Couldn't that be accomplished by a law or ruling that using something for training AI doesn't exempt you from having to follow its license? OpenAI is already in blatant violation of both the "BY" and "SA" parts of the existing license.



Arguably, a model created by training on a corpus of data is a derived work of that corpus.

Let's say I take a collection of images and use a program to compress them. When decompressed, the images are close to, but not exactly the same as the originals. Despite being in a different format, and despite not being exactly the same as the originals, the copyright to the compressed images is still held by whoever previously held it.

If I take the collection of images from earlier and train a diffusion model based on it, I'm essentially just compressing it a different way. With the right prompt, you can get out something very similar to what you put in.

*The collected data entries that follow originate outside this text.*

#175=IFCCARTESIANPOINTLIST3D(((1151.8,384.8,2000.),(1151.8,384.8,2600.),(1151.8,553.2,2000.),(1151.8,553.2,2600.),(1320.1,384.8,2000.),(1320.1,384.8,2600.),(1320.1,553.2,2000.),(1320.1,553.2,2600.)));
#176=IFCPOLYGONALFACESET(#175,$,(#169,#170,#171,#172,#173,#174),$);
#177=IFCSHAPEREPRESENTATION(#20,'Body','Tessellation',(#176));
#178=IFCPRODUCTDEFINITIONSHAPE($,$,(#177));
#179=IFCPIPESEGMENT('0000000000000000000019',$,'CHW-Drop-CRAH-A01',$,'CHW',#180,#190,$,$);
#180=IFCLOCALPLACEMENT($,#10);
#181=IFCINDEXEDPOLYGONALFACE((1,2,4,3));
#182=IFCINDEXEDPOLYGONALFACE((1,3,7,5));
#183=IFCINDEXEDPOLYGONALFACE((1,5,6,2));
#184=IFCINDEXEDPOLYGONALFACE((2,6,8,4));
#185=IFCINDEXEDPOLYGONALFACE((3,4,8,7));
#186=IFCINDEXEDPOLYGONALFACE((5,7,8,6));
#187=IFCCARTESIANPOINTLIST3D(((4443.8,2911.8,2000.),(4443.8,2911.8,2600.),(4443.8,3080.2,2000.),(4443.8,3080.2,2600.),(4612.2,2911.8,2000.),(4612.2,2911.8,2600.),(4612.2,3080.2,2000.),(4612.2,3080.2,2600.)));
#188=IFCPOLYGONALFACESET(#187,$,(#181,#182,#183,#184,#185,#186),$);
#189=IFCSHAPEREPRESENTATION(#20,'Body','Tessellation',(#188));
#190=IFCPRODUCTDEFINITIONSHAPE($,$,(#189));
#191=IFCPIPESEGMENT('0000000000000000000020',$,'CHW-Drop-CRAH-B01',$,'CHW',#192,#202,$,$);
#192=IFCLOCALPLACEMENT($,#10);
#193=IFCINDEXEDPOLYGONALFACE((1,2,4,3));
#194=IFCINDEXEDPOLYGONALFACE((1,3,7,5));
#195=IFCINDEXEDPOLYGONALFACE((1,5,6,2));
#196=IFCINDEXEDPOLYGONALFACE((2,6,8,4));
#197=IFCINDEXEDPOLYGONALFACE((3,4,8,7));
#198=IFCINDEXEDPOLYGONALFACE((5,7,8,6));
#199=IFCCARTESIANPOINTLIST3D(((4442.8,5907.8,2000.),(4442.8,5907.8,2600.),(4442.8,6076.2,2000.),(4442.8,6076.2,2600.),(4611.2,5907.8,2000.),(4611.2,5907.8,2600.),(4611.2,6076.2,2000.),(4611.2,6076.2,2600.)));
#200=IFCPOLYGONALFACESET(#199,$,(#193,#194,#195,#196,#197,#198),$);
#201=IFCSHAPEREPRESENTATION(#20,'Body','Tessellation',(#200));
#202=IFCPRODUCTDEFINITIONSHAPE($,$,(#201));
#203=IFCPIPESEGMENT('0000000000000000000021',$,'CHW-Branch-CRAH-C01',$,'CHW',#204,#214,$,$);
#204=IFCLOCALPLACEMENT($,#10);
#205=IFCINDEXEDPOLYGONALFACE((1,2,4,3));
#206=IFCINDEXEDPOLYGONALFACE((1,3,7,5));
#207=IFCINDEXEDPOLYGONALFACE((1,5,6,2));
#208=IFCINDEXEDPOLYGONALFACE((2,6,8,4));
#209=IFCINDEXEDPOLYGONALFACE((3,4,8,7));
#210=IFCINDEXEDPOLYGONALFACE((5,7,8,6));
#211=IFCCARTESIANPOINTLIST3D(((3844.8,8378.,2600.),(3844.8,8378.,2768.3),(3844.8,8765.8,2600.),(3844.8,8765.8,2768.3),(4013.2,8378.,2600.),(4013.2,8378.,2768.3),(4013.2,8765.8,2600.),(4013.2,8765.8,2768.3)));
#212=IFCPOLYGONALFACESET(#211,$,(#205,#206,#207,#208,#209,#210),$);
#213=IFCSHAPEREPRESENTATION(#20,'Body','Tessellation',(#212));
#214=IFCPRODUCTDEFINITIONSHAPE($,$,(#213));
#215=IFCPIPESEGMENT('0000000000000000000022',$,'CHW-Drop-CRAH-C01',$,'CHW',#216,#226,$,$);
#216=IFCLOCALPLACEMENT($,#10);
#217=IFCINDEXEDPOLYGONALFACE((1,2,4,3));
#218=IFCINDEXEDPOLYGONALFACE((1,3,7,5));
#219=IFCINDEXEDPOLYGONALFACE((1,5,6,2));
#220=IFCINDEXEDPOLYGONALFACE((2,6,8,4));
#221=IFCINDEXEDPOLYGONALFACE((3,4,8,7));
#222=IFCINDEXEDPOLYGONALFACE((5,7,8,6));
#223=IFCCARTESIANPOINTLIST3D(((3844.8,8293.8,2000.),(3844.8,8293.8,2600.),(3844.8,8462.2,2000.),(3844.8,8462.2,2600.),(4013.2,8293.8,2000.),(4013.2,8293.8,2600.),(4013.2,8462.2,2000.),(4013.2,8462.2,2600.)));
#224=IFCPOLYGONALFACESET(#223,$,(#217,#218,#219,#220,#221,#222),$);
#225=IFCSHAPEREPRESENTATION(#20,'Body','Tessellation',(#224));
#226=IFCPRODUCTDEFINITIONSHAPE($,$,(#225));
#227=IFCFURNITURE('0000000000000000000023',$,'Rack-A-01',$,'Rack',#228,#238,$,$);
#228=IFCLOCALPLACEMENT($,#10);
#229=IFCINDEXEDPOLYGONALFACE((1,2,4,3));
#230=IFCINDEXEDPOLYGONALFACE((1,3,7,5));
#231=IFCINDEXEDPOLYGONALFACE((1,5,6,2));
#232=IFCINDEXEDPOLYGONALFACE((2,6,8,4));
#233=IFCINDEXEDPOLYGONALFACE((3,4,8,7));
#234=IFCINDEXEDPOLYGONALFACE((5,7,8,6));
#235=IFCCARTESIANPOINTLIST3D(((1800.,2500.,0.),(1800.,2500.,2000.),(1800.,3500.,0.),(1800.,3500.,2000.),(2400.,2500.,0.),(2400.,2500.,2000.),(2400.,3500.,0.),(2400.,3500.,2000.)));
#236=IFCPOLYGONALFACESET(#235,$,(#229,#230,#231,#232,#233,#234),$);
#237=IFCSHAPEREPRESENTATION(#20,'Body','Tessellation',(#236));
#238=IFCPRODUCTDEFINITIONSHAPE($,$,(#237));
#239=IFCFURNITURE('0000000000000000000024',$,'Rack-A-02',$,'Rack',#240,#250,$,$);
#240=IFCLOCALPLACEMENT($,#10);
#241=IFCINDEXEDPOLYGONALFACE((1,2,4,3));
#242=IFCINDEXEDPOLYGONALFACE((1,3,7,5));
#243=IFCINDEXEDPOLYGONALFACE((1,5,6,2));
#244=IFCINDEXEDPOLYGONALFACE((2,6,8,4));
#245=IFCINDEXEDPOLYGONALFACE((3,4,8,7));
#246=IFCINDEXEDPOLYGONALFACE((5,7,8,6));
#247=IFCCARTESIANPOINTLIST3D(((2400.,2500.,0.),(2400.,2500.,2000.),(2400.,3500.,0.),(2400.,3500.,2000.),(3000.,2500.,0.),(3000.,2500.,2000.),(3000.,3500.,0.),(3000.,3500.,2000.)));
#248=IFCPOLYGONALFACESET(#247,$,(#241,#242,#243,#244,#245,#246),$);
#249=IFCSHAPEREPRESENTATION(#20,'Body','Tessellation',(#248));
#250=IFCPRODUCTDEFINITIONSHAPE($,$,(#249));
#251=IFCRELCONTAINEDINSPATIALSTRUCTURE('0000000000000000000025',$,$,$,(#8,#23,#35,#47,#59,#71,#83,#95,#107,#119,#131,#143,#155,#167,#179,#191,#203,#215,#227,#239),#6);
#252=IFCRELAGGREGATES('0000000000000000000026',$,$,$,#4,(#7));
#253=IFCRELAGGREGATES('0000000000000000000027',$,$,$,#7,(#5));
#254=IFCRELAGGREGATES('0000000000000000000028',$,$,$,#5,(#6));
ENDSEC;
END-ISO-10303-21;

By this logic, isn't remembering something in your brain also a derived work? But that would not make any sense to protect until you create and distribute something based on that memory. The same logic should be applied to this.


If you remember it from your brain and perform it live, that’s perfectly fine. So there’s a line to be drawn somewhere and I don’t think it’s super clear cut in most cases.


No, according to copyright if you remember something from your brain and perform it live you are very much in violation.

If you remember it and make something that is a distinct work, something that may be steals the idea without reproducing any of its elements, that's never been considered under copyright.

I think that's going to be the litmus test for these AI. If you can get them to produce out both that is this things from anything else, it's not going to be a copyright violation because it's not a copy of anything.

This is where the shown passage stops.